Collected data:
<<<<
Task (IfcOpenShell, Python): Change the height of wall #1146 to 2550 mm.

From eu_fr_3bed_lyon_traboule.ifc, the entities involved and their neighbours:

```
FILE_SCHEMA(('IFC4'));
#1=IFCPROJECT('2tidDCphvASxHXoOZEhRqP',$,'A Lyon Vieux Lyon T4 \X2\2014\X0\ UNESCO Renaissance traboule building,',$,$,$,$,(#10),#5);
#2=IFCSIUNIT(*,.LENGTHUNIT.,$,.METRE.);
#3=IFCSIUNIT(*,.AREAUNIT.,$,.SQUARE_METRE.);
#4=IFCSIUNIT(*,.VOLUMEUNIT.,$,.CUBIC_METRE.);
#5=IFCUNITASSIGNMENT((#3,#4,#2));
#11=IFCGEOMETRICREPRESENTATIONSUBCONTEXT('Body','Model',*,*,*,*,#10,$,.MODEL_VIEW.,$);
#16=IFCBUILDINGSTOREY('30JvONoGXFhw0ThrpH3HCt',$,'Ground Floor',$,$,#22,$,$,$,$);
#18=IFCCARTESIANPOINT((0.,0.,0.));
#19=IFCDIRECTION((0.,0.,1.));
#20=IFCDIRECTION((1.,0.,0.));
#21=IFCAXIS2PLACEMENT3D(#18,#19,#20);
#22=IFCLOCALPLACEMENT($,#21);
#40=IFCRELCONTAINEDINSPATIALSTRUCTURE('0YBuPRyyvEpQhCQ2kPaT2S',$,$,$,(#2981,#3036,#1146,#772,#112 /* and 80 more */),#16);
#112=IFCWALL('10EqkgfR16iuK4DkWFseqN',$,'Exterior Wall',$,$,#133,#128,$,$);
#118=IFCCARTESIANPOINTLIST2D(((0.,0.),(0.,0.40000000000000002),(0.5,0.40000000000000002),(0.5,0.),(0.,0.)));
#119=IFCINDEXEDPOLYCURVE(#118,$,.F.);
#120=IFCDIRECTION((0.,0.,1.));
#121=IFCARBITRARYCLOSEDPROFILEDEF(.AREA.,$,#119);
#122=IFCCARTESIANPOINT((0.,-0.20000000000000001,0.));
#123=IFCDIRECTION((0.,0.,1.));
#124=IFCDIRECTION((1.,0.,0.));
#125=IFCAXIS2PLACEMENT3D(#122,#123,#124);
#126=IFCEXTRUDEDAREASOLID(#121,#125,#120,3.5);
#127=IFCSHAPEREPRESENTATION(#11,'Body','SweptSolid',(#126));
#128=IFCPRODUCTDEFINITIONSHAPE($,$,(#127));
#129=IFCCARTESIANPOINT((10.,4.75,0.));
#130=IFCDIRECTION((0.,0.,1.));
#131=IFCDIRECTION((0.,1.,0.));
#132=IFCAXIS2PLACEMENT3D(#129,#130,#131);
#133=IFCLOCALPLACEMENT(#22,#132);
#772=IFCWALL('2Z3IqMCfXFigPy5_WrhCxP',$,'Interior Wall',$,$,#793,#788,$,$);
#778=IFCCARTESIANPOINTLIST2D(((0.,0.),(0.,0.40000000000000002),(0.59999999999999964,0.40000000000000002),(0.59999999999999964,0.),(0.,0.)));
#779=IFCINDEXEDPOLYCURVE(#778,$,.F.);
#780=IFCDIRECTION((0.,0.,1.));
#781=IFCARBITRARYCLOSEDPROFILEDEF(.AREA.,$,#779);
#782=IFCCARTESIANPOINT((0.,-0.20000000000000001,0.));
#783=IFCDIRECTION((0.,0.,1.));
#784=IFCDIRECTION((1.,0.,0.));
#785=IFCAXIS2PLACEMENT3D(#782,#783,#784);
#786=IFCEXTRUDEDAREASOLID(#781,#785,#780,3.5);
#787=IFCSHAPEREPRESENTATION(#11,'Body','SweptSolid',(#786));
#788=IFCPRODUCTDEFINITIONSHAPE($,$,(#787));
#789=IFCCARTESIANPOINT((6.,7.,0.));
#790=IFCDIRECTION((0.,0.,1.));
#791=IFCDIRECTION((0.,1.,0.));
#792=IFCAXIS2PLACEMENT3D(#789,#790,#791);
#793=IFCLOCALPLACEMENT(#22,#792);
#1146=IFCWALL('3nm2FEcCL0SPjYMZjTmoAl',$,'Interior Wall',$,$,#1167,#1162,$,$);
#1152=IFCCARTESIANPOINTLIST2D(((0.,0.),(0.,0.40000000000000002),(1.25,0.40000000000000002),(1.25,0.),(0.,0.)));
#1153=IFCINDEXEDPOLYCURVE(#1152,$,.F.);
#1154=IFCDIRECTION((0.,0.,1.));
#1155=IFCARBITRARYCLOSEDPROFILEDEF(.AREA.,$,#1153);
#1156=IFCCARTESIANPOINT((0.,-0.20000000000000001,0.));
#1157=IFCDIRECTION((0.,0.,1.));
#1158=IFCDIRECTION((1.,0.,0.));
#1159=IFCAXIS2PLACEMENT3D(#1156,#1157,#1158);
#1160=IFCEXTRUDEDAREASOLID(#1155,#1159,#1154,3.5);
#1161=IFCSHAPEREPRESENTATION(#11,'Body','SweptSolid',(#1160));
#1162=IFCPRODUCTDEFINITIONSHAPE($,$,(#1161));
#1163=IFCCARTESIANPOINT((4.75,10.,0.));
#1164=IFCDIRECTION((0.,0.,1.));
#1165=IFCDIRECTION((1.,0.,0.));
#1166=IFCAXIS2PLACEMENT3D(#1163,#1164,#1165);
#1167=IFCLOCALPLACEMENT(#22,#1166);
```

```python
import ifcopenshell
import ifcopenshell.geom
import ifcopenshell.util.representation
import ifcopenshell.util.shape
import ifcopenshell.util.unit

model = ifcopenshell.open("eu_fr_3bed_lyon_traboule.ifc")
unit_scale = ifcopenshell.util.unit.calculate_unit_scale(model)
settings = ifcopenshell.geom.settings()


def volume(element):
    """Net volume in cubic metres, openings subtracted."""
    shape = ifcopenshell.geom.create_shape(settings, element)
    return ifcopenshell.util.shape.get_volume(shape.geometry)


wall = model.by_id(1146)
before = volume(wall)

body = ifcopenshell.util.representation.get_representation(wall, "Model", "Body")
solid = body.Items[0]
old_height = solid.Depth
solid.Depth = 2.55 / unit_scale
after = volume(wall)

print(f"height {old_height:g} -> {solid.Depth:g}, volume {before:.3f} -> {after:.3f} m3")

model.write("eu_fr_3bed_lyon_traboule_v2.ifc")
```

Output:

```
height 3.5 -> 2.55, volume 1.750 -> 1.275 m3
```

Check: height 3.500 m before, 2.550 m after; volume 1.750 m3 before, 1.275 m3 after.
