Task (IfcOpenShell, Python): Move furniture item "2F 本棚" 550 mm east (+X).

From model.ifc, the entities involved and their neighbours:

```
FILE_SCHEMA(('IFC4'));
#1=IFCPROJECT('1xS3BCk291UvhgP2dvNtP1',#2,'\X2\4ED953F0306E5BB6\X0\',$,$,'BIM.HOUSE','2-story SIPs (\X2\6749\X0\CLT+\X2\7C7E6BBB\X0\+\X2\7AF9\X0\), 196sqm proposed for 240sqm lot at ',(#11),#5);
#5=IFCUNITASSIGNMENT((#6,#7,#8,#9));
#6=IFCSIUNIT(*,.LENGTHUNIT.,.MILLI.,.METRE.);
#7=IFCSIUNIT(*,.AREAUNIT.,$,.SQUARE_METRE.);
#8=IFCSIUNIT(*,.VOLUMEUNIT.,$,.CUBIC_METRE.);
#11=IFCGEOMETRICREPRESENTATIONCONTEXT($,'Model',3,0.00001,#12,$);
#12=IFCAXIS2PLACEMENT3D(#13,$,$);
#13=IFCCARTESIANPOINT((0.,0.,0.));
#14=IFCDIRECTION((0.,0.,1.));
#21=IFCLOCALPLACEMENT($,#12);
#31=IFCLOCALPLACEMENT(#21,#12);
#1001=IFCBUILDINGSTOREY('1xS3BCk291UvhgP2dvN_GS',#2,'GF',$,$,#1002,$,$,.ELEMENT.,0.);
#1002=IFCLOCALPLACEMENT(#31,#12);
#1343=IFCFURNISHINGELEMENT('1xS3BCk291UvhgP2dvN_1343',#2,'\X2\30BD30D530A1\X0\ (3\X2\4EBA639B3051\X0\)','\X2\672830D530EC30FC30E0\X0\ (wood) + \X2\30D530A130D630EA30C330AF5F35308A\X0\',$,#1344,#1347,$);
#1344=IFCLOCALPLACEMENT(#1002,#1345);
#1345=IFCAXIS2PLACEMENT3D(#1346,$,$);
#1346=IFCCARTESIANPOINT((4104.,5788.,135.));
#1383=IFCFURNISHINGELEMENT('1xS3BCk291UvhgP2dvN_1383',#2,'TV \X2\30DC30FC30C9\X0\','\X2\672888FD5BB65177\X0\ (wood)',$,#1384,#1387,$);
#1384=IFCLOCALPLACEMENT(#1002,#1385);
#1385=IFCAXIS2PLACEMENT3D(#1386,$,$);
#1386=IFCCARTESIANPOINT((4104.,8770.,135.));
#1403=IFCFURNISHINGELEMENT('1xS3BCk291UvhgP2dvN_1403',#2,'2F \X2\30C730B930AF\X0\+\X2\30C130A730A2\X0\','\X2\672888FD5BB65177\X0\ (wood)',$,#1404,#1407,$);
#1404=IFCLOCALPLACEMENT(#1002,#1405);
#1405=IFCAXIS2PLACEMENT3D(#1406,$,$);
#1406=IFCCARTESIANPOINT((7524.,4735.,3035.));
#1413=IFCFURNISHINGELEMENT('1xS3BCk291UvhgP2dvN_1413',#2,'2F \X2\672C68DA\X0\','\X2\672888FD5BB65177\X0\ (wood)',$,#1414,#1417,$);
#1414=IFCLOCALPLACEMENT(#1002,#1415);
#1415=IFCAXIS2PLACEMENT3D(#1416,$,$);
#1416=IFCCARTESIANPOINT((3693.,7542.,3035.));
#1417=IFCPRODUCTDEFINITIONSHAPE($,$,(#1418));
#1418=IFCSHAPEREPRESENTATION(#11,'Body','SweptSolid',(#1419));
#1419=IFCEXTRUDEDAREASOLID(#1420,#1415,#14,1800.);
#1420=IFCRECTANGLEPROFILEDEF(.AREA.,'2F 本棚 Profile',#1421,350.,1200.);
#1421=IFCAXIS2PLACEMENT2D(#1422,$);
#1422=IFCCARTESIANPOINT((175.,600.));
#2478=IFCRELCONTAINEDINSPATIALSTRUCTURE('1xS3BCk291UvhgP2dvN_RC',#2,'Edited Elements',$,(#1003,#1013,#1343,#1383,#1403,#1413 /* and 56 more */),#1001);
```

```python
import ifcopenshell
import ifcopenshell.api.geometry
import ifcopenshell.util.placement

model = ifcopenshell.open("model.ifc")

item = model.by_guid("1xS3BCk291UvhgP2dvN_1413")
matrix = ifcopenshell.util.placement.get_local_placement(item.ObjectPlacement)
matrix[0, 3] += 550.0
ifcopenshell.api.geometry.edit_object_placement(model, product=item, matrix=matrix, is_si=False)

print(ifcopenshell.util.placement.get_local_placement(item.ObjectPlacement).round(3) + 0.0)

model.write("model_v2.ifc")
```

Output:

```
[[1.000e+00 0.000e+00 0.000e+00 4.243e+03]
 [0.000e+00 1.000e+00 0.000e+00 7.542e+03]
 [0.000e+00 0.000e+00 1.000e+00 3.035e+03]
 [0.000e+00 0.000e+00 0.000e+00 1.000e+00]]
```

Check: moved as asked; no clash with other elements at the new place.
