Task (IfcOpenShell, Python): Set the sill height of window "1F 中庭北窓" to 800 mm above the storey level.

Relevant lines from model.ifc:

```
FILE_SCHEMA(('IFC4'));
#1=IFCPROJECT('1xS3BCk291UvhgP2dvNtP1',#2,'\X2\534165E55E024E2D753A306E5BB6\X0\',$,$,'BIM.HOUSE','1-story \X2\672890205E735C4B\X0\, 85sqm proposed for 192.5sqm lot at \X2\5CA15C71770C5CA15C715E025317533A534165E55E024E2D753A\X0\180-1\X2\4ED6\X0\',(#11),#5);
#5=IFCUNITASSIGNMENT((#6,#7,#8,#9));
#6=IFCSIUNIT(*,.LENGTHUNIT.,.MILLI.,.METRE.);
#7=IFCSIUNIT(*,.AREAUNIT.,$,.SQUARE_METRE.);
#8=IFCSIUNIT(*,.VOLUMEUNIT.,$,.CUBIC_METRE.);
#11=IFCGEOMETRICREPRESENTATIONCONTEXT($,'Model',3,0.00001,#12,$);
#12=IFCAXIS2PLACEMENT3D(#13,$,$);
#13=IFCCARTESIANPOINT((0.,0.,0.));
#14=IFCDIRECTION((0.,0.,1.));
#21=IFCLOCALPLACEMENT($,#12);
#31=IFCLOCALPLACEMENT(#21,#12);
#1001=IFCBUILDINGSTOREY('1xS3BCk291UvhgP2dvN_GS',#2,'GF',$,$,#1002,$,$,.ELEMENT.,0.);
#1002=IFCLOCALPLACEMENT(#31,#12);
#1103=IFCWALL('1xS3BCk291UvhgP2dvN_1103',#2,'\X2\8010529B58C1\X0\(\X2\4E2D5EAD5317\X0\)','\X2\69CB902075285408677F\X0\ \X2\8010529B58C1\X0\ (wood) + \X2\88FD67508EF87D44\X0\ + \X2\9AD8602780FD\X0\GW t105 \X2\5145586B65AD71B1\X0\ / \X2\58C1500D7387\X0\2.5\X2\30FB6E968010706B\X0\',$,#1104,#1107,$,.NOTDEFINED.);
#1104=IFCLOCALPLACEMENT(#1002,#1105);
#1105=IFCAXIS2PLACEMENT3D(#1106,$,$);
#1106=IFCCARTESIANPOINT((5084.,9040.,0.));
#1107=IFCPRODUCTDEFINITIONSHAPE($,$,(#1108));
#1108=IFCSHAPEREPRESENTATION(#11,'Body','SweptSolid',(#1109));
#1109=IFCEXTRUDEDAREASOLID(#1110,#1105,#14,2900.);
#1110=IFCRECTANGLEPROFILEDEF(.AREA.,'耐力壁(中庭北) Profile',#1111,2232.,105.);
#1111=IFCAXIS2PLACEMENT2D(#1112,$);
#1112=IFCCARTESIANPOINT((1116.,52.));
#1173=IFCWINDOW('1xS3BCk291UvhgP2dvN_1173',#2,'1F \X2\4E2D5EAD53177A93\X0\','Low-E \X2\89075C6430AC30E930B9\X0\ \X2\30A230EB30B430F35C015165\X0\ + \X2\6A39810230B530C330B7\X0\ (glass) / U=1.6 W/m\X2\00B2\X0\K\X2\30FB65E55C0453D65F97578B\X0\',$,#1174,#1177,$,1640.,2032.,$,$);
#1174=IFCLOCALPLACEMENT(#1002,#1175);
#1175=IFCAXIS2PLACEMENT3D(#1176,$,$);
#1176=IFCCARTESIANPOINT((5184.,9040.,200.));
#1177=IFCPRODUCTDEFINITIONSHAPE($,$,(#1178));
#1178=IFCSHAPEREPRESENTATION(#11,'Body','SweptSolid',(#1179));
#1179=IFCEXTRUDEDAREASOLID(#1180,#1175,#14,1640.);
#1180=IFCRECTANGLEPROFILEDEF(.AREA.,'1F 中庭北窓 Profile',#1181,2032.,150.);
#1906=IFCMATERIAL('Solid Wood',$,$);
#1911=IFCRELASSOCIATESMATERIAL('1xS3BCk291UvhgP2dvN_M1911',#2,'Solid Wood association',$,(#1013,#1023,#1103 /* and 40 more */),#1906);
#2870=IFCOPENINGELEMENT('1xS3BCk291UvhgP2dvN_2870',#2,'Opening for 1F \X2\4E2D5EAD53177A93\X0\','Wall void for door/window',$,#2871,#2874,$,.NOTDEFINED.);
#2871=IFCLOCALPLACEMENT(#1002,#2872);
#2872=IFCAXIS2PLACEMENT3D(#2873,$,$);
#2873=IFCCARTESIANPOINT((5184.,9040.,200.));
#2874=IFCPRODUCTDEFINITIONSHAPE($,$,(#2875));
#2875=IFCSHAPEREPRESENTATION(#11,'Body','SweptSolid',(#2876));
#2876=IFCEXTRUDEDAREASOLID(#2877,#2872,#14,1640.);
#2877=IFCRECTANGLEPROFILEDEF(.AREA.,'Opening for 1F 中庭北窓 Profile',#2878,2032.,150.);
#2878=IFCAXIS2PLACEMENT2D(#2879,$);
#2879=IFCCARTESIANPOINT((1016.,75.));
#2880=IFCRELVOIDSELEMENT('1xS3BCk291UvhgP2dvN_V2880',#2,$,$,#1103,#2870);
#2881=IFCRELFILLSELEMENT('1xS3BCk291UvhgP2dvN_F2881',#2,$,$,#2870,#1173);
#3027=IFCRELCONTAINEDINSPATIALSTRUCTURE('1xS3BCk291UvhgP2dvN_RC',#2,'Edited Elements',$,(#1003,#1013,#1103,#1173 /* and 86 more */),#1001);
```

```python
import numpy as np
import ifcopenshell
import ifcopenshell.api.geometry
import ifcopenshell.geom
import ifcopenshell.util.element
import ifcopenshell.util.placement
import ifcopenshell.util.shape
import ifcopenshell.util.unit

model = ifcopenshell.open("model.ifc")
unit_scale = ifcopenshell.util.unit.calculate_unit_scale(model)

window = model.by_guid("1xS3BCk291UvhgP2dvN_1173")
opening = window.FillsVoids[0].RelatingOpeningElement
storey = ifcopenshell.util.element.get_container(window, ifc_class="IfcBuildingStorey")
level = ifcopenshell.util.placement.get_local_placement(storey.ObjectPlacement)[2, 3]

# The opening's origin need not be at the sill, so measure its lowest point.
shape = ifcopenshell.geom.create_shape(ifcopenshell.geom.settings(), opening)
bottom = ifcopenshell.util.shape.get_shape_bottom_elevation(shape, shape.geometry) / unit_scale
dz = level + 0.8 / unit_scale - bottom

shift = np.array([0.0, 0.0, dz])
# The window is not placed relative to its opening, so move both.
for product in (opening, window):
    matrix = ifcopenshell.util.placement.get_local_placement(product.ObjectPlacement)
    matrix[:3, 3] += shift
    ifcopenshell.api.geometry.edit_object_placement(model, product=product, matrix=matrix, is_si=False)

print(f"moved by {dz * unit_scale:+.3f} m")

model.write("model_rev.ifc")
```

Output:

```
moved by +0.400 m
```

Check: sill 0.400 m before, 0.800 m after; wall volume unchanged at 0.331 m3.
>>>>
**ACTION ITEM**
Tally the lines above containing "IFCRECTANGLEPROFILEDEF". Number only.

**RESPONSE AREA**
4